The key columns must exist in both x and y.
Keys typically uniquely identify each row, but this is only
enforced for the key values of y
By default, we use the first column in y, since the first column is
a reasonable place to put an identifier variable.
unmatched
: how should keys in y that are unmatched by the keys
in x be handled?
One of -
"error", the default, will error if there are any keys in y that
are unmatched by the keys in x.
"ignore" will ignore rows in y with keys that are unmatched
by the keys in x.
copy
: If x and y are not from the same data source, and copy is TRUE,
then y will be copied into the same src as x.
This allows you to join tables across srcs, but it is a potentially
expensive operation so you must opt into it.
in_place
: Should x be modified in place?
This may not be supported, depending on the backend implementation.
Returns:¶
A data frame with rows deleted
data = tibble(a = seq(1, 3), b = c(letters[[0, 1]], NA), c = [.5, 1.5, 2.5])
data
a | b | c | |
---|---|---|---|
<int64> | <object> | <float64> | |
0 | 1 | a | 0.5 |
1 | 2 | b | 1.5 |
2 | 3 | NaN | 2.5 |
rows_insert(data, tibble(a = 4, b = "z"))
[2022-12-02 14:22:14][datar][ INFO] Matching, by='a'
a | b | c | |
---|---|---|---|
<int64> | <object> | <float64> | |
0 | 1 | a | 0.5 |
1 | 2 | b | 1.5 |
2 | 3 | NaN | 2.5 |
3 | 4 | z | NaN |
with try_catch():
rows_insert(data, tibble(a = 3, b = "z"))
[2022-12-02 14:22:14][datar][ INFO] Matching, by='a'
[ValueError] Attempting to insert duplicate rows.
rows_update(data, tibble(a = [2,3], b = "z"))
[2022-12-02 14:22:15][datar][ INFO] Matching, by='a'
a | b | c | |
---|---|---|---|
<int64> | <object> | <float64> | |
0 | 1 | a | 0.5 |
1 | 2 | z | 1.5 |
2 | 3 | z | 2.5 |
rows_update(data, tibble(b = "z", a = [2,3]), by = "a")
a | b | c | |
---|---|---|---|
<int64> | <object> | <float64> | |
0 | 1 | a | 0.5 |
1 | 2 | z | 1.5 |
2 | 3 | z | 2.5 |
rows_patch(data, tibble(a = [2,3], b = "z"))
[2022-12-02 14:22:17][datar][ INFO] Matching, by='a'
a | b | c | |
---|---|---|---|
<int64> | <object> | <float64> | |
0 | 1 | a | 0.5 |
1 | 2 | b | 1.5 |
2 | 3 | z | 2.5 |
rows_upsert(data, tibble(a = seq(2, 4), b = "z"))
[2022-12-02 14:22:18][datar][ INFO] Matching, by='a'
a | b | c | |
---|---|---|---|
<int64> | <object> | <float64> | |
0 | 1 | a | 0.5 |
1 | 2 | z | 1.5 |
2 | 3 | z | 2.5 |
3 | 4 | z | NaN |
rows_delete(data, tibble(a = [2, 3]))
[2022-12-02 14:22:18][datar][ INFO] Matching, by='a'
a | b | c | |
---|---|---|---|
<int64> | <object> | <float64> | |
0 | 1 | a | 0.5 |
rows_delete(data, tibble(a = [2, 3], b = "b"))

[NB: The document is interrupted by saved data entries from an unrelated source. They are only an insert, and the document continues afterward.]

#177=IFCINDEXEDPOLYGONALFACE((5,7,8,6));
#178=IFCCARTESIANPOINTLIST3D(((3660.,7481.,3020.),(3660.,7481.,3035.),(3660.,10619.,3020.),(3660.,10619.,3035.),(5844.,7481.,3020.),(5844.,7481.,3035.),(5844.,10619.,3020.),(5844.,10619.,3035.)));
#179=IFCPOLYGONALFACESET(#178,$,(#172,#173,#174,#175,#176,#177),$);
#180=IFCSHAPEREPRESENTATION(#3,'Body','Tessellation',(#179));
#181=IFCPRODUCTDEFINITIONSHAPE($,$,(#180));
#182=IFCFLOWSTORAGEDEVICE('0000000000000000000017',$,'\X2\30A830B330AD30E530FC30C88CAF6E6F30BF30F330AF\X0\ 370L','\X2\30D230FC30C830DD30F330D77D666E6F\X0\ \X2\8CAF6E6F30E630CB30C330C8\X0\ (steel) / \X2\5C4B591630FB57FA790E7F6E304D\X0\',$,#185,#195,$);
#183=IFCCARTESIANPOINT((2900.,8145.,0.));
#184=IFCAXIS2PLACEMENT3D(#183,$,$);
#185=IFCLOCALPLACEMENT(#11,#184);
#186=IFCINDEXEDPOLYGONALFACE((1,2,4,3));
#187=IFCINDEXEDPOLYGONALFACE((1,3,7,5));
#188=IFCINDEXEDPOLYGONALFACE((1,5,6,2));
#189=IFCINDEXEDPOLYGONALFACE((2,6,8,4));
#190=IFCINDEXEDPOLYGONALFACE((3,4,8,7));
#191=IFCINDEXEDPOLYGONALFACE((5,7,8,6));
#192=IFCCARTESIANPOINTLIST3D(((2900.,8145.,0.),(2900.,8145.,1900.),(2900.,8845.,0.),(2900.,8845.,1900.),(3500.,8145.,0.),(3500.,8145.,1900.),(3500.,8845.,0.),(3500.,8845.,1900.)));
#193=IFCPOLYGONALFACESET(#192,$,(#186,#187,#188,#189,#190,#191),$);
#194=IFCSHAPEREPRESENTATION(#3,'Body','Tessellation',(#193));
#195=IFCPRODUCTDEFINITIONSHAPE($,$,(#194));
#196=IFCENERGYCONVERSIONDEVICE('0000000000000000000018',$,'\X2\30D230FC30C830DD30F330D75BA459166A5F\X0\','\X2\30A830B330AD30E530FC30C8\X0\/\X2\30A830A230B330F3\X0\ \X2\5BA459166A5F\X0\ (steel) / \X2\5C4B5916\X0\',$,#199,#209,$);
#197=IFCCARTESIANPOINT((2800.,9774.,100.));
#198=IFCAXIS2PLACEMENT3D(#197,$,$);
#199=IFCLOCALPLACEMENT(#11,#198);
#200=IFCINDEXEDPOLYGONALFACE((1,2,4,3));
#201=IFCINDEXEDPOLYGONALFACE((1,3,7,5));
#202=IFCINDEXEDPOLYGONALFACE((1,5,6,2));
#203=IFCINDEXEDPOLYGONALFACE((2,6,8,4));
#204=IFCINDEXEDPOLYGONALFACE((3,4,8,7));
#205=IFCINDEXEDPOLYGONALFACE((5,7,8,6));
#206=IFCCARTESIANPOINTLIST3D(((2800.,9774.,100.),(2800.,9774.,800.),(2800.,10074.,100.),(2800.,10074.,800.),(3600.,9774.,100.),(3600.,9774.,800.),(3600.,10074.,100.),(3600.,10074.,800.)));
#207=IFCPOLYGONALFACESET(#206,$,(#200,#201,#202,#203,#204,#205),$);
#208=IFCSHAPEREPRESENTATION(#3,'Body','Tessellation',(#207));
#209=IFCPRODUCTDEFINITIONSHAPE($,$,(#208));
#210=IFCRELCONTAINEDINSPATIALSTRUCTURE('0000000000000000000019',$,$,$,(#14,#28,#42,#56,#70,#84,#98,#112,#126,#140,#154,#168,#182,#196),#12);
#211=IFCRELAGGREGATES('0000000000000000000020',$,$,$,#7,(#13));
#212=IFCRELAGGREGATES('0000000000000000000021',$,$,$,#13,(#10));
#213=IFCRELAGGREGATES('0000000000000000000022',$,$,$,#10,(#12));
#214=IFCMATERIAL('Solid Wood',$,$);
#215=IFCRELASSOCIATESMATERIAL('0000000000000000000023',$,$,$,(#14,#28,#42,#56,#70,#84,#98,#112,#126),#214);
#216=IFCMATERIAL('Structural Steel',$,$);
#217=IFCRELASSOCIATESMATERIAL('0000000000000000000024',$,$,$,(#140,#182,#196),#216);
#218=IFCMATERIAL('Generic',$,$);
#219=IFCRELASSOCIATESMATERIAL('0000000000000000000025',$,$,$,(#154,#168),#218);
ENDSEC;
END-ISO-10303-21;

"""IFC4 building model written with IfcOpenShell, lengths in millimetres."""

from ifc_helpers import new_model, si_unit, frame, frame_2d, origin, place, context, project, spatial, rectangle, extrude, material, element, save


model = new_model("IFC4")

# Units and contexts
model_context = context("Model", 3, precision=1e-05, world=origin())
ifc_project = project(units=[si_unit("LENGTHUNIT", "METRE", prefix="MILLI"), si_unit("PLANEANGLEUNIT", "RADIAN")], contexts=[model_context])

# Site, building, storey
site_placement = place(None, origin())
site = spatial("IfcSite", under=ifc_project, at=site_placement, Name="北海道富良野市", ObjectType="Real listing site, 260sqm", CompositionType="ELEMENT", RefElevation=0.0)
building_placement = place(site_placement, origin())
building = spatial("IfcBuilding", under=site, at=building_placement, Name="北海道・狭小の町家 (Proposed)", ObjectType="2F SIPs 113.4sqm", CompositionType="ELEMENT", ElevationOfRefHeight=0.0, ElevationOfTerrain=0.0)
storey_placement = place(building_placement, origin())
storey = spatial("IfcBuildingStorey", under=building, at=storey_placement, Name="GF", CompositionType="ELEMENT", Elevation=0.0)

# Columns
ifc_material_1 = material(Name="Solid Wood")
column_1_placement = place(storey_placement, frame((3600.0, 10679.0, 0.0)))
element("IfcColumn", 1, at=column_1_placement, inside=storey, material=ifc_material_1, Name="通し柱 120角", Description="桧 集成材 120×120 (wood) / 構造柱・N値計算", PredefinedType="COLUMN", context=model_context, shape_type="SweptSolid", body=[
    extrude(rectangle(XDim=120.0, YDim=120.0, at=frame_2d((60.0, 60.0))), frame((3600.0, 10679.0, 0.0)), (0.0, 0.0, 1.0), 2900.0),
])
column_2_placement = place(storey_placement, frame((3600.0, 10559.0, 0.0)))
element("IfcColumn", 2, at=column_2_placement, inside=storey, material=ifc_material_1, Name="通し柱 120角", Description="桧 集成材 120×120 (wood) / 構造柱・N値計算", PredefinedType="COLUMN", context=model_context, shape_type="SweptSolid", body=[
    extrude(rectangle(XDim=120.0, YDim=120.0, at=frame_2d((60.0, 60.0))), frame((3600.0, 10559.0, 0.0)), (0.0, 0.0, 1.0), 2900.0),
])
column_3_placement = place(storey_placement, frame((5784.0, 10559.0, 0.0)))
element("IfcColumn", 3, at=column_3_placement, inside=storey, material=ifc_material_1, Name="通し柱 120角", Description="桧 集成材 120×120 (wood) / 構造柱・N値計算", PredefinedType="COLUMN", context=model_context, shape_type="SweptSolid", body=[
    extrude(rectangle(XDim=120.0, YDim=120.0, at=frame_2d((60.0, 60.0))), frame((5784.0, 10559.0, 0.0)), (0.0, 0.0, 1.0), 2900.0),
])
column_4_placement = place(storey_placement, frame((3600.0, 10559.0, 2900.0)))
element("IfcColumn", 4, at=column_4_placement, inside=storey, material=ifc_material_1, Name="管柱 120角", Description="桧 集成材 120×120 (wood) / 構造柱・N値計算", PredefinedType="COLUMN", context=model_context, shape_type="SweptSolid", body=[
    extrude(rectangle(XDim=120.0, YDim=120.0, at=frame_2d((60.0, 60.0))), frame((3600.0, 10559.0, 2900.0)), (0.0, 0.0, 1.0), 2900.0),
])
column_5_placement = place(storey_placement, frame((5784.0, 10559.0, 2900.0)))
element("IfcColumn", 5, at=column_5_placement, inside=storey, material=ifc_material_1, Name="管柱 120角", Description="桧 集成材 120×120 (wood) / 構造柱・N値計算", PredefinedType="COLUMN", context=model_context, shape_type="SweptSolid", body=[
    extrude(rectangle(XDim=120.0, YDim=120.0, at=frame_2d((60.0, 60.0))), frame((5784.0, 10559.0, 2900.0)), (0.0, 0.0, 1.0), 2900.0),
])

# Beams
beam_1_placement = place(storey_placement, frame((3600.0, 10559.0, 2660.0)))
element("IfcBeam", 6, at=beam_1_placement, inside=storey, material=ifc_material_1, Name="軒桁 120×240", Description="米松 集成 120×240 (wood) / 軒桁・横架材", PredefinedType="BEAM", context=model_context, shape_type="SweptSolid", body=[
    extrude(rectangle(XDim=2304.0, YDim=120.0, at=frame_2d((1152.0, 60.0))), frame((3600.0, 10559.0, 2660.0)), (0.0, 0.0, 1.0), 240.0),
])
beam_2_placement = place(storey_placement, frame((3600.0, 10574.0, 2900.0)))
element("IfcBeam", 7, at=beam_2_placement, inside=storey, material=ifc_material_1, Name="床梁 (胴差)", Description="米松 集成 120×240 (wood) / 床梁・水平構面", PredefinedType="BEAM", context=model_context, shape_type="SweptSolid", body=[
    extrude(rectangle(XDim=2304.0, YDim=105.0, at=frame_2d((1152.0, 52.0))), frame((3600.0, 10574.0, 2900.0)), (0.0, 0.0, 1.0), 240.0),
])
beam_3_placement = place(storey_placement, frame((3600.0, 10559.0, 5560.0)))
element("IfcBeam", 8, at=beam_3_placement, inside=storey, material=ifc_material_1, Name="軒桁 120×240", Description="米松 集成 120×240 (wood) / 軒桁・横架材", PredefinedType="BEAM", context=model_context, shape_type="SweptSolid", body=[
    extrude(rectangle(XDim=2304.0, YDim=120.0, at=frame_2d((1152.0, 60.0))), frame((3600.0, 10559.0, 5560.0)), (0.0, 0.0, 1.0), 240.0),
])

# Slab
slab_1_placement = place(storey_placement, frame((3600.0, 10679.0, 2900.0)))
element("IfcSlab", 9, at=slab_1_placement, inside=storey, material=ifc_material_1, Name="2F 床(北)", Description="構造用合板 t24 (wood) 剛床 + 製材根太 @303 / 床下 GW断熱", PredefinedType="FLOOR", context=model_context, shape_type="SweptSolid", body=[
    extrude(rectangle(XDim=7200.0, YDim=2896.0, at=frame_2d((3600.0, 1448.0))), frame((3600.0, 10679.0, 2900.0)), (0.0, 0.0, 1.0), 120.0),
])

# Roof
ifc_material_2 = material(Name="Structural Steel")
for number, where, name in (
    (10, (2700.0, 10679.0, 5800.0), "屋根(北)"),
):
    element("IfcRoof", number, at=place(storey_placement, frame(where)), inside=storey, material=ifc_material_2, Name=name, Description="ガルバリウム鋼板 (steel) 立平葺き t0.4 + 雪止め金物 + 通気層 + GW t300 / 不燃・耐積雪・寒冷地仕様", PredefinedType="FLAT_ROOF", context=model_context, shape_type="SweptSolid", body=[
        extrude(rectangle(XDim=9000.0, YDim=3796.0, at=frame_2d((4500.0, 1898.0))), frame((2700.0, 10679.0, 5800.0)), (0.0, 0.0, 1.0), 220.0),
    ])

[2022-12-02 14:22:19][datar][ INFO] Matching, by='a' [2022-12-02 14:22:19][datar][ INFO] Ignoring extra columns: ['b']
a | b | c | |
---|---|---|---|
<int64> | <object> | <float64> | |
0 | 1 | a | 0.5 |
with try_catch():
rows_delete(data, tibble(a = [2,3], b = "b"), by = c("a", "b"))
[ValueError] Attempting to delete missing rows.